A coleta de dados foi realizada em uma escola pública de uma cidade do interior paulista, em período contrário ao de estudos dos escolares. O Teste de Desempenho Cognitivo-Linguístico - versão coletiva e individual - foi realizado em duas sessões, com duração de 50 minutos cada.

Os resultados foram analisados estatisticamente com nível de significância de 5% (0,050 - significância adotada) para a aplicação dos testes estatísticos, utilizando o programa SPSS (Statistical Package for Social Sciences), em sua versão 17.0. O teste utilizado para análise estatística foi o Teste de Análise de Correlação de Spearman, com o intuito de verificar o grau de relacionamento entre as provas de cada habilidade do teste aplicado. Os resultados estatisticamente significantes foram marcados com um asterisco (*).

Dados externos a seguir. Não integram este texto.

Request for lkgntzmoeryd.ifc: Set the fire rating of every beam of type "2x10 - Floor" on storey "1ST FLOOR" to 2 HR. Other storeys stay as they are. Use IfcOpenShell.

First a look at what the model holds.

```python
import ifcopenshell
import ifcopenshell.util.element

model = ifcopenshell.open("lkgntzmoeryd.ifc")
print(model.schema)
storey = next(s for s in model.by_type("IfcBuildingStorey") if s.Name == "1ST FLOOR")
beams = [e for e in ifcopenshell.util.element.get_decomposition(storey) if e.is_a("IfcBeam")]
seen = {}
for e in beams:
    element_type = ifcopenshell.util.element.get_type(e)
    key = (element_type.Name if element_type != e and element_type else None, ifcopenshell.util.element.get_pset(e, "Pset_BeamCommon", "FireRating"))
    seen[key] = seen.get(key, 0) + 1
for (name, value), count in sorted(seen.items(), key=str):
    print(count, "x", name, "|", value)
```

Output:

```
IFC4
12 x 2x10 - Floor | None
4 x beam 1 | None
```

```python
import ifcopenshell
import ifcopenshell.api.pset
import ifcopenshell.util.element

model = ifcopenshell.open("lkgntzmoeryd.ifc")

storey = next(s for s in model.by_type("IfcBuildingStorey") if s.Name == "1ST FLOOR")
beams = [e for e in ifcopenshell.util.element.get_decomposition(storey) if e.is_a("IfcBeam")]

count = 0
for e in beams:
    element_type = ifcopenshell.util.element.get_type(e)
    if element_type in (None, e) or element_type.Name != "2x10 - Floor":
        continue
    # add_pset returns the element's existing set when there is one.
    pset = ifcopenshell.api.pset.add_pset(model, product=e, name="Pset_BeamCommon")
    ifcopenshell.api.pset.edit_pset(model, pset=pset, properties={"FireRating": "2 HR"})
    count += 1

print(count, "beams updated")

model.write("lkgntzmoeryd_v2.ifc")
```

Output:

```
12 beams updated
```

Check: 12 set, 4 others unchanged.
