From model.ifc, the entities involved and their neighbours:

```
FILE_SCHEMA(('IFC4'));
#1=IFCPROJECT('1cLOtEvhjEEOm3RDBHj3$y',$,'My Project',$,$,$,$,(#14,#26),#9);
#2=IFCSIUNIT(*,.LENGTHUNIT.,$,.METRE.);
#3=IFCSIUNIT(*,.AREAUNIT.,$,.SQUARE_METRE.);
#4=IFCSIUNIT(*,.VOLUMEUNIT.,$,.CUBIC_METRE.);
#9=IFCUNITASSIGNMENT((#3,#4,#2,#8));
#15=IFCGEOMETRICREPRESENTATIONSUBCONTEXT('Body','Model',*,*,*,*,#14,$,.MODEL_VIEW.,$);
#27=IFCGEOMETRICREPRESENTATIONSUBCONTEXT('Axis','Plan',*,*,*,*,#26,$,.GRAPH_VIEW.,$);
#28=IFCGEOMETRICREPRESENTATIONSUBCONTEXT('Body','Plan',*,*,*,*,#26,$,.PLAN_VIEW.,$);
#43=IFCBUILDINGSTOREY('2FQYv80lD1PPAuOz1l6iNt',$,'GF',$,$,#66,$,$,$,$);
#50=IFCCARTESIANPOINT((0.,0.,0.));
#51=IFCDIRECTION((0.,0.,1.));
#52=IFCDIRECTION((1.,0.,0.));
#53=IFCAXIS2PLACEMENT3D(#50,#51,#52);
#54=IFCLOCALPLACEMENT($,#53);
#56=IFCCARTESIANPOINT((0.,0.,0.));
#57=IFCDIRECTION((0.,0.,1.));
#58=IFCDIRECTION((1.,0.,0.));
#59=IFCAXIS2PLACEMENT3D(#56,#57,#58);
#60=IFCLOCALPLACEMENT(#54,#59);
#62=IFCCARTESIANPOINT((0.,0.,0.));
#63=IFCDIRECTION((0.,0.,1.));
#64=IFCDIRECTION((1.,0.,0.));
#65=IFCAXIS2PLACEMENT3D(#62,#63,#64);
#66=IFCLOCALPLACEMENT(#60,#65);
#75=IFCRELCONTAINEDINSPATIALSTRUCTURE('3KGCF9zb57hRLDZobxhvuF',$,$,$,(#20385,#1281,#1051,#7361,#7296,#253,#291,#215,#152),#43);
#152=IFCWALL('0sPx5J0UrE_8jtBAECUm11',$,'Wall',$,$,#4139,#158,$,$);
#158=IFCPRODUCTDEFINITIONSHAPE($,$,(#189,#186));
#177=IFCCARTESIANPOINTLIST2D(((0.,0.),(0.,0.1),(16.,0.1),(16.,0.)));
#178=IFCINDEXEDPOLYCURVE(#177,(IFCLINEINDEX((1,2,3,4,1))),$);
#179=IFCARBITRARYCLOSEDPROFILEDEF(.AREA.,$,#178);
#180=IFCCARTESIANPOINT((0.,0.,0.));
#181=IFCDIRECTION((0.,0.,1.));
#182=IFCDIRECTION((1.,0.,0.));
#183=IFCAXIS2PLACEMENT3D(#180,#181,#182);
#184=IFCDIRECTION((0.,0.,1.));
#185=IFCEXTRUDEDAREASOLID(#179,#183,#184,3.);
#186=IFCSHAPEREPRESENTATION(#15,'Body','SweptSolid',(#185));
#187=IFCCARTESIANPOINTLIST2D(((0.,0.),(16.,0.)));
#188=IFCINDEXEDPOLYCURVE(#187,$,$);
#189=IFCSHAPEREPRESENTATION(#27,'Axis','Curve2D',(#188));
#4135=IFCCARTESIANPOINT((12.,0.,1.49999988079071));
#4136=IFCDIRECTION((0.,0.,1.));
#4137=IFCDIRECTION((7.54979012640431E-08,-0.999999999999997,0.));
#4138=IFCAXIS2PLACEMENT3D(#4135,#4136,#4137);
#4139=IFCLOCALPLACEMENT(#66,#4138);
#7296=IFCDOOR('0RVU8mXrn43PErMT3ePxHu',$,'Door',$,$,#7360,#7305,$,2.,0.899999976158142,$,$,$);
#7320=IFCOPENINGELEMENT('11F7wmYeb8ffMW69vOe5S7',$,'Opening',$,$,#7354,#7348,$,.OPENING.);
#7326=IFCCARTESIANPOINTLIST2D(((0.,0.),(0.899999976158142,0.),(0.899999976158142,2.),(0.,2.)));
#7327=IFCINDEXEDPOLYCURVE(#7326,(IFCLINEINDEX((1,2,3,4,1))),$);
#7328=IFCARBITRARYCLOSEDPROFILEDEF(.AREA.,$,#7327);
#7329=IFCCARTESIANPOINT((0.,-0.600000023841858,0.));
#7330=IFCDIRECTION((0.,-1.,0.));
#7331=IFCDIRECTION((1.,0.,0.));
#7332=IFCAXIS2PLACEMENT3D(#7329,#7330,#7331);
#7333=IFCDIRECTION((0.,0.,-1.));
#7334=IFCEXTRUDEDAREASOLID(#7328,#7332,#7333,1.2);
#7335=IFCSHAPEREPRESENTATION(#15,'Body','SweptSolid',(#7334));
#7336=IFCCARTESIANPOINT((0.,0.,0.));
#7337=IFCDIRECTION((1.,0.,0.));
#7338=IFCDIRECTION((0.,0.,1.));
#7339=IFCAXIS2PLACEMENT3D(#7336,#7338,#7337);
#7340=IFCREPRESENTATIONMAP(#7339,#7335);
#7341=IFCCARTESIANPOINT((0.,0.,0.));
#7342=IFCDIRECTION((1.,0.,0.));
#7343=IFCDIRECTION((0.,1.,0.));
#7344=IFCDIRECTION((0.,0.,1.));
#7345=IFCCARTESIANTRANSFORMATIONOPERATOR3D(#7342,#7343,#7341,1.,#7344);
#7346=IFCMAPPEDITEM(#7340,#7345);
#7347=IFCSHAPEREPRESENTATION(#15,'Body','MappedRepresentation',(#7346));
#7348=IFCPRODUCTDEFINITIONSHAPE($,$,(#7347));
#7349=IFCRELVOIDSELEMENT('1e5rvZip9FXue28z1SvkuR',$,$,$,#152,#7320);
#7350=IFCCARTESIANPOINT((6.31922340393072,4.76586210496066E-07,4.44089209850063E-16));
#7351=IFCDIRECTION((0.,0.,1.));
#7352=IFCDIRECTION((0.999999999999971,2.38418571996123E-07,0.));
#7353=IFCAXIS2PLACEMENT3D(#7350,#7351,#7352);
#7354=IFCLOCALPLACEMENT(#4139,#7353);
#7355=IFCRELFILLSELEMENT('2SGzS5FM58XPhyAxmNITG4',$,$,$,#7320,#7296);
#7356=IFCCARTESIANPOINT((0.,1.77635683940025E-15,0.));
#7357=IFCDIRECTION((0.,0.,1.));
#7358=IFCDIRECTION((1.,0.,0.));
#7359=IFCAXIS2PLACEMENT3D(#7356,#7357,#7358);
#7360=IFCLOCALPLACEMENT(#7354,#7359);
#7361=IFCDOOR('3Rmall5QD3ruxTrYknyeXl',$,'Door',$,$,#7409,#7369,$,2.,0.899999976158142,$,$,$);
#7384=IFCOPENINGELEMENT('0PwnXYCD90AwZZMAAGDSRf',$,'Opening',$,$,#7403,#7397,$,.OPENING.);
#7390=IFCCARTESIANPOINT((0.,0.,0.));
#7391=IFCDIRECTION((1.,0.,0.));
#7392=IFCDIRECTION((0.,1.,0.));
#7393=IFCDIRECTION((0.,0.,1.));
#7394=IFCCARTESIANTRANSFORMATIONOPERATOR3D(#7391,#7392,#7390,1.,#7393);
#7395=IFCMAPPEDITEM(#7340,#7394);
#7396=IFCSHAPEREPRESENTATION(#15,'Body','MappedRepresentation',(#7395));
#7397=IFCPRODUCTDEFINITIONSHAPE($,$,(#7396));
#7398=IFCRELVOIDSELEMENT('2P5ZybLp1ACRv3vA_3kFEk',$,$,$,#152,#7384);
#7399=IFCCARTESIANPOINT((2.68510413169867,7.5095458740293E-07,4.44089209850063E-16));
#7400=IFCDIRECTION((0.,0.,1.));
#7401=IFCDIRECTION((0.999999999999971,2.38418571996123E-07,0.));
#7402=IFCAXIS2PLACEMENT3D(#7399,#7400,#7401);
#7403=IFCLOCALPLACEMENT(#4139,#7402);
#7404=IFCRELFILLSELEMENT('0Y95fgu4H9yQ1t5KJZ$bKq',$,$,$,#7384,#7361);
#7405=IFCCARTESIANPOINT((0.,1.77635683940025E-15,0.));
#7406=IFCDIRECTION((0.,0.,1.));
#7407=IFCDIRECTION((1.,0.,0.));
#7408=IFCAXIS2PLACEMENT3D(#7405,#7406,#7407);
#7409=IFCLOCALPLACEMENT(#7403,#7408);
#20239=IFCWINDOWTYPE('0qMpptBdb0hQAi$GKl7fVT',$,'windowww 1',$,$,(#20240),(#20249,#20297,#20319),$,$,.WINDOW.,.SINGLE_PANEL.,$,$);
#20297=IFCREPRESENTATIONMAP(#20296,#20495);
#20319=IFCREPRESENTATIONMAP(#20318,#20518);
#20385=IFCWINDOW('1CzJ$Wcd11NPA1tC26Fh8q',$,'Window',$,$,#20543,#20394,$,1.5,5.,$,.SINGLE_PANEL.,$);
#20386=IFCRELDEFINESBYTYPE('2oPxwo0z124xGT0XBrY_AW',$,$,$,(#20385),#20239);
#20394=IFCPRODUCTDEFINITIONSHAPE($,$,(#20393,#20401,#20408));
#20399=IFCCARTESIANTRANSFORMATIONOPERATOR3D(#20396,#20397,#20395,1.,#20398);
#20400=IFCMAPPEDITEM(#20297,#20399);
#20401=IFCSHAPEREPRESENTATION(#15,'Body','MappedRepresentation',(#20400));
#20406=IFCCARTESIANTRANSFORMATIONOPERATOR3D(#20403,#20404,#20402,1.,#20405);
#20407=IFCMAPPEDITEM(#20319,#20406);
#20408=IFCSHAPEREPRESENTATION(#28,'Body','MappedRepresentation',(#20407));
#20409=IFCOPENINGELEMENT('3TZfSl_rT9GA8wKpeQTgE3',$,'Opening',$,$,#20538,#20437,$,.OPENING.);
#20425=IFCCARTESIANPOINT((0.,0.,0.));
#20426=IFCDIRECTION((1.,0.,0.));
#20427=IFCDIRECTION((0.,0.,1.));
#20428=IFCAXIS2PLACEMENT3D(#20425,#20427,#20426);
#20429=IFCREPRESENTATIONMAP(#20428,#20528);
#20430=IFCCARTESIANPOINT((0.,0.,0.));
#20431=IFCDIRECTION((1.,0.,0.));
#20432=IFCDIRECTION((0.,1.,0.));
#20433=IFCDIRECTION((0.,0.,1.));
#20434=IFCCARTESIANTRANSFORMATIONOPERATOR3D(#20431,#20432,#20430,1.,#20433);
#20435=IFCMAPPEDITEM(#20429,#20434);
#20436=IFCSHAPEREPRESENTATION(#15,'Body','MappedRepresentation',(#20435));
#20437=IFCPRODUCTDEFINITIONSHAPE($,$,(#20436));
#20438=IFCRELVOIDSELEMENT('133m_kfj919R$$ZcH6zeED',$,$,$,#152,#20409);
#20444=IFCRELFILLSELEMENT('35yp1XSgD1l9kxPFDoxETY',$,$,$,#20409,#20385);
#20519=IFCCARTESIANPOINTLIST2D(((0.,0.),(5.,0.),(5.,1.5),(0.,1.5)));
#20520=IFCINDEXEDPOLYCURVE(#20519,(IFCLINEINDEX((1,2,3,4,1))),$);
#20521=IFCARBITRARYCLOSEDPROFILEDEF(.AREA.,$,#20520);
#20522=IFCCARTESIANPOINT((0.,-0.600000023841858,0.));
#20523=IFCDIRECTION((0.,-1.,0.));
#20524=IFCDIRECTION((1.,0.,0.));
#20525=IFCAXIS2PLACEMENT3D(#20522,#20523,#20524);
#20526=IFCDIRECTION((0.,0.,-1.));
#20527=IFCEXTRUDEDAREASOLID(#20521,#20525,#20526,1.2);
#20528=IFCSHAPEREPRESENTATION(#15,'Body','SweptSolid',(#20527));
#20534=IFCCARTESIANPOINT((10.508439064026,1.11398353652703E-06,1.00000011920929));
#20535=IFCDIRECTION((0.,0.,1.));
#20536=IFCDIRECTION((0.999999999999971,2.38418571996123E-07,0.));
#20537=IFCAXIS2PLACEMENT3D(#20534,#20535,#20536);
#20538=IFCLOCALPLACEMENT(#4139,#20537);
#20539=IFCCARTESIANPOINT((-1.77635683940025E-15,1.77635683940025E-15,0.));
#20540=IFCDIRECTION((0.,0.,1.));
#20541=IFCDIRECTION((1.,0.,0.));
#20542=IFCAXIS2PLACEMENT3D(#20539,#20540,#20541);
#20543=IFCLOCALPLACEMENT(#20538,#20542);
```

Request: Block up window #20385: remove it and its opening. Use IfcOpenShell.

```python
import ifcopenshell
import ifcopenshell.api.feature
import ifcopenshell.api.root
import ifcopenshell.geom
import ifcopenshell.util.shape

model = ifcopenshell.open("model.ifc")
settings = ifcopenshell.geom.settings()


def volume(element):
    """Net volume in cubic metres, openings subtracted."""
    shape = ifcopenshell.geom.create_shape(settings, element)
    return ifcopenshell.util.shape.get_volume(shape.geometry)


window = model.by_id(20385)
opening = window.FillsVoids[0].RelatingOpeningElement
wall = opening.VoidsElements[0].RelatingBuildingElement
before = volume(wall)

ifcopenshell.api.root.remove_product(model, product=window)
ifcopenshell.api.feature.remove_feature(model, feature=opening)

after = volume(wall)

print(f"wall volume {before:.3f} -> {after:.3f} m3")

model.write("model_v2.ifc")
```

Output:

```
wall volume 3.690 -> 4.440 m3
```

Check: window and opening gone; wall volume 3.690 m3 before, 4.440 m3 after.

Este estudo foi realizado após a aprovação do Comitê de Ética em Pesquisa da Faculdade de Filosofia e Ciências da Universidade Estadual Paulista - CEP/FFC/UNESP/Marília - São Paulo, sob protocolo nº 2596/2007.

 

RESULTADOS

A análise dos resultados do Teste de Desempenho Cognitivo-Linguístico, individual e coletivo, será realizada por meio de tabelas, de acordo com as habilidades propostas no procedimento, conforme descritas a seguir:

  • Habilidade de leitura: será descrita a análise de correlação dos escolares nas provas de reconhecimento do alfabeto, leitura de palavras, leitura de não palavras e leitura de palavras corretas em um minuto;
  • Habilidade de escrita: será descrita a análise de correlação dos escolares nas provas de ditado de palavras, ditado de não palavras e ditado total;
  • Habilidade de consciência fonológica: será descrita a análise de correlação dos escolares nas provas de aliteração, rima e segmentação silábica;
  • Habilidade de processamento auditivo: será descrita a análise de correlação dos escolares nas provas de discriminação de sons, repetição de palavras, repetição de não palavras, sequência de números e sequência de números invertidos;
  • Habilidade de processamento visual: será descrita a análise de correlação dos escolares nas provas de cópia de formas, memória visual com dois cartões, memória visual com três cartões, memória visual com quatro cartões e memória visual com cinco cartões;
  • Habilidade de velocidade de processamento: será descrita a análise de correlação dos escolares nas provas de nomeação de figuras e nomeação de números.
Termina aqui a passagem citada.